Further, estrogens' effects on the DNA production in endothelial cells have been reported to obey hormetic principles. In a human umbilical smooth muscle cell line it was found that 17β-estradiol in physiological concentrations stimulated [3H]thymidine incorporation into DNA whereas pharmacological concentrations were inhibitory. These findings may have bearing on cardiovascular diseases because of the role of smooth muscle cells in atherosclerosis pathophysiology [49].

Insulin resistance is a prominent feature of the metabolic syndrome and thus intimately related to cardiovascular diseases. In a RCT of the effects on conjugated equine estrogens on insulin sensitivity in postmenopausal women it was shown that the standard dose of 0.625 mg/day increased while 1.25 mg/day decreased insulin sensitivity [50]. This is a clear demonstration that the hormetic effects of female sex hormones can indeed prevail in clinical situations.

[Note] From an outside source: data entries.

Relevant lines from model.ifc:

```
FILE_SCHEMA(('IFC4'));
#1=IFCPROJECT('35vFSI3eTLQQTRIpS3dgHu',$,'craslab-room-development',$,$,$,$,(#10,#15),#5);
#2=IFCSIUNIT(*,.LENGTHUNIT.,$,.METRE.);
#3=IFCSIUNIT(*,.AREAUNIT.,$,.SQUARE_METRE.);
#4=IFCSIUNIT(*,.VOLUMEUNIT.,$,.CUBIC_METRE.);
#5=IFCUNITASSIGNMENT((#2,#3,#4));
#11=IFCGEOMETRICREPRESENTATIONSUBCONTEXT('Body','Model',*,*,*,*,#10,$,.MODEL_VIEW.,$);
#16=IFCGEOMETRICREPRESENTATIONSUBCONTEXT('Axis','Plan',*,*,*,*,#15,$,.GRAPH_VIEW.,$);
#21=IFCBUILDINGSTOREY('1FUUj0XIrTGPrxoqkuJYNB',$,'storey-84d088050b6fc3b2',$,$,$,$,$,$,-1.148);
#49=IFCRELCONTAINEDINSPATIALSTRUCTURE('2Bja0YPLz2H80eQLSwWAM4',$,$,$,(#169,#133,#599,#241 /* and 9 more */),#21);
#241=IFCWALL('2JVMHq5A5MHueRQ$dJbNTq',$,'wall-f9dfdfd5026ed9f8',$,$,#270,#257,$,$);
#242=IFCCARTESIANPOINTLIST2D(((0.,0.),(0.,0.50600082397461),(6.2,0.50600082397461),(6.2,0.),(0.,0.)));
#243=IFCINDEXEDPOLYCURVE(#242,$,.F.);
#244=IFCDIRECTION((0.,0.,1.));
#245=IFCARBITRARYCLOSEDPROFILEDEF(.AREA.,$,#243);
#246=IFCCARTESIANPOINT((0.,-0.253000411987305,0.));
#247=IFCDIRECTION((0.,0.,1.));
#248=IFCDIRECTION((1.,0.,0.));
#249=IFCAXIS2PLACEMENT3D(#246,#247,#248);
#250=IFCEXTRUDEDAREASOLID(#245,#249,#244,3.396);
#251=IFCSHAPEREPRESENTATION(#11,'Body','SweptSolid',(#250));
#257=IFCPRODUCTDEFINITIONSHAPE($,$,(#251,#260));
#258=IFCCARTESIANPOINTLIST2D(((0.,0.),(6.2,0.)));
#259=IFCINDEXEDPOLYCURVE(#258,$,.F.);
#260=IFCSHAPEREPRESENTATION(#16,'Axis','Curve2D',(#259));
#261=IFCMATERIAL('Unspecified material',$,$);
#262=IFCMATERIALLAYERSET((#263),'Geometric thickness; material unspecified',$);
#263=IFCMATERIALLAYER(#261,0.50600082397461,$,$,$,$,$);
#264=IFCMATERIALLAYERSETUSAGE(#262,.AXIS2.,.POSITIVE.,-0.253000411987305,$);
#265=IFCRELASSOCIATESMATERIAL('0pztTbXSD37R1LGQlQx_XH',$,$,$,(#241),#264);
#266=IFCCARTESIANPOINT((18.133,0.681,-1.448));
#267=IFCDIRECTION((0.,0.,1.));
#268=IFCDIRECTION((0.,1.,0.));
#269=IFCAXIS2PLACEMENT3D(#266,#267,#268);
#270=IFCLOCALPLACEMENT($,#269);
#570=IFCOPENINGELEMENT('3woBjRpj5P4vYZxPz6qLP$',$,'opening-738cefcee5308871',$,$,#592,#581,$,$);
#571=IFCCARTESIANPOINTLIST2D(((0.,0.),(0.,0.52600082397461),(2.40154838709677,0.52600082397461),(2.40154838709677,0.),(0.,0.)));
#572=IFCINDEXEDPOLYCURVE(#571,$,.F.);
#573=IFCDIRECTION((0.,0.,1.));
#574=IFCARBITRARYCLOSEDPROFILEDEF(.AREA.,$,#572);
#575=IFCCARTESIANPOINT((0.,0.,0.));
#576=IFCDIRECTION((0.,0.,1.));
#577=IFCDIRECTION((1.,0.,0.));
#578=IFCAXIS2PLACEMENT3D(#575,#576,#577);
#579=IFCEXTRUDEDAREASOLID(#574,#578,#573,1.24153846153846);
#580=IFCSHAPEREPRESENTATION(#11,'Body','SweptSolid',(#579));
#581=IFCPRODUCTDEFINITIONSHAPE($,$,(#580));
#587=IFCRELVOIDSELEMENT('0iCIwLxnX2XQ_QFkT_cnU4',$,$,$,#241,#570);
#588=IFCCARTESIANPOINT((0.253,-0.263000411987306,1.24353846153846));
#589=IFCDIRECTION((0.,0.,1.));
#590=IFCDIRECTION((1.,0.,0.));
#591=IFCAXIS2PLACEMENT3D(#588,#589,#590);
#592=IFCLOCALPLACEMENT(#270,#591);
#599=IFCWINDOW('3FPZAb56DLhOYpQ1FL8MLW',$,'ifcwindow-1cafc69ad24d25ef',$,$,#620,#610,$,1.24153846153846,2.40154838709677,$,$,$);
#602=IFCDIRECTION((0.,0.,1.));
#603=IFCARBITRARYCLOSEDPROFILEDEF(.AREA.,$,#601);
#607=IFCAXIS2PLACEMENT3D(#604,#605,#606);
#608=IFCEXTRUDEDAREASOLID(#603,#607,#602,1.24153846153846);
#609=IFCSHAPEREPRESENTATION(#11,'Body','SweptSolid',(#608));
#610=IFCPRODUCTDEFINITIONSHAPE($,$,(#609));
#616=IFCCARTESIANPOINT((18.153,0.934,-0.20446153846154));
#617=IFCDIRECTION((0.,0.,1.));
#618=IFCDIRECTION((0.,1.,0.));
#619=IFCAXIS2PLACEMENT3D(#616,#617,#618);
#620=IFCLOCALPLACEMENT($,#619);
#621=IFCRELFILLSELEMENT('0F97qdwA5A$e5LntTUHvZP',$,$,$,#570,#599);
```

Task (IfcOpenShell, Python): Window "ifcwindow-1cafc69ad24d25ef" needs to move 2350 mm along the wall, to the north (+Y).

```python
import ifcopenshell
import ifcopenshell.api.geometry
import ifcopenshell.util.placement

model = ifcopenshell.open("model.ifc")

window = model.by_guid("3FPZAb56DLhOYpQ1FL8MLW")
opening = window.FillsVoids[0].RelatingOpeningElement
wall = opening.VoidsElements[0].RelatingBuildingElement

wall_matrix = ifcopenshell.util.placement.get_local_placement(wall.ObjectPlacement)
shift = wall_matrix[:3, 0] * 2.35
before = ifcopenshell.util.placement.get_local_placement(window.ObjectPlacement)[:3, 3].copy()

# The window is not placed relative to its opening, so move both.
for product in (opening, window):
    matrix = ifcopenshell.util.placement.get_local_placement(product.ObjectPlacement)
    matrix[:3, 3] += shift
    ifcopenshell.api.geometry.edit_object_placement(model, product=product, matrix=matrix, is_si=False)

after = ifcopenshell.util.placement.get_local_placement(window.ObjectPlacement)[:3, 3]
print("window moved by", (after - before).round(3) + 0.0)

model.write("model-out.ifc")
```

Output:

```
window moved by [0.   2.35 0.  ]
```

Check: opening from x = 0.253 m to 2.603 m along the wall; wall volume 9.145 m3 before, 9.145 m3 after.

Another relevant example concerns arrhythmia, which is a central feature of several cardiac diseases. It has been reported that progesterone's modulation of action potentials in heart muscle also displays hormetic patterns, so that while low progesterone levels were found to shorten action potentials, high doses lengthened the same [57].

Anxiety

Progestagens have in several studies been reported to exert both anxiogenic and anxiolytic effects, in accordance with hormetic principles. Both animals and postmenopausal women treated with the progestagen allopregnanolone exhibit anxiogenic responses in the lower and anxiolytic responses in the higher dose-spectrum [59]. These effects are supposedly mediated via allopregnanolone's effects the GABA(A) receptor [59]. In a study of mouse behavior in a plus-maze, it was shown that low doses of pregnanolone sulfate increased anxiety, while high doses on the contrary were anxiolytic [60], which matches pregnanolone sulfate's bidirectional effects on the GABA(A) receptor [85].

Conclusions

Hormesis is a highly relevant concept for female sexual steroids' effects on many biological endpoints. This is particularly evident concerning estrogens, but there are also several examples of progestagen hormesis. The dominance of estrogens over progestagens concerning number of reported cases of hormesis probably reflects that the former hormone has been subjected to more intense research efforts, but can also be due to an actually stronger tendency of estrogens to produce hormetic dose-response relations.

Therefore experiments designed to elucidate the proper biological and therapeutic effects of female sex hormones should be performed with hormesis in mind. A wide range of doses should be adopted, and importantly, the biological relevance of these doses must be assessed by serum hormone measurements and subsequent comparison with the intended clinical/biological situation. Since HT is mainly given in a low dose range, it seems reasonable to primarily aim at simulating these levels, and it is of utmost importance that the measurements of hormone after hormone manipulation, e.g. in an animal, is performed in several time-points [17]. The same caution of using several dose levels – though difficult – may also be of relevance in human studies where a single dose has hereto been the rule.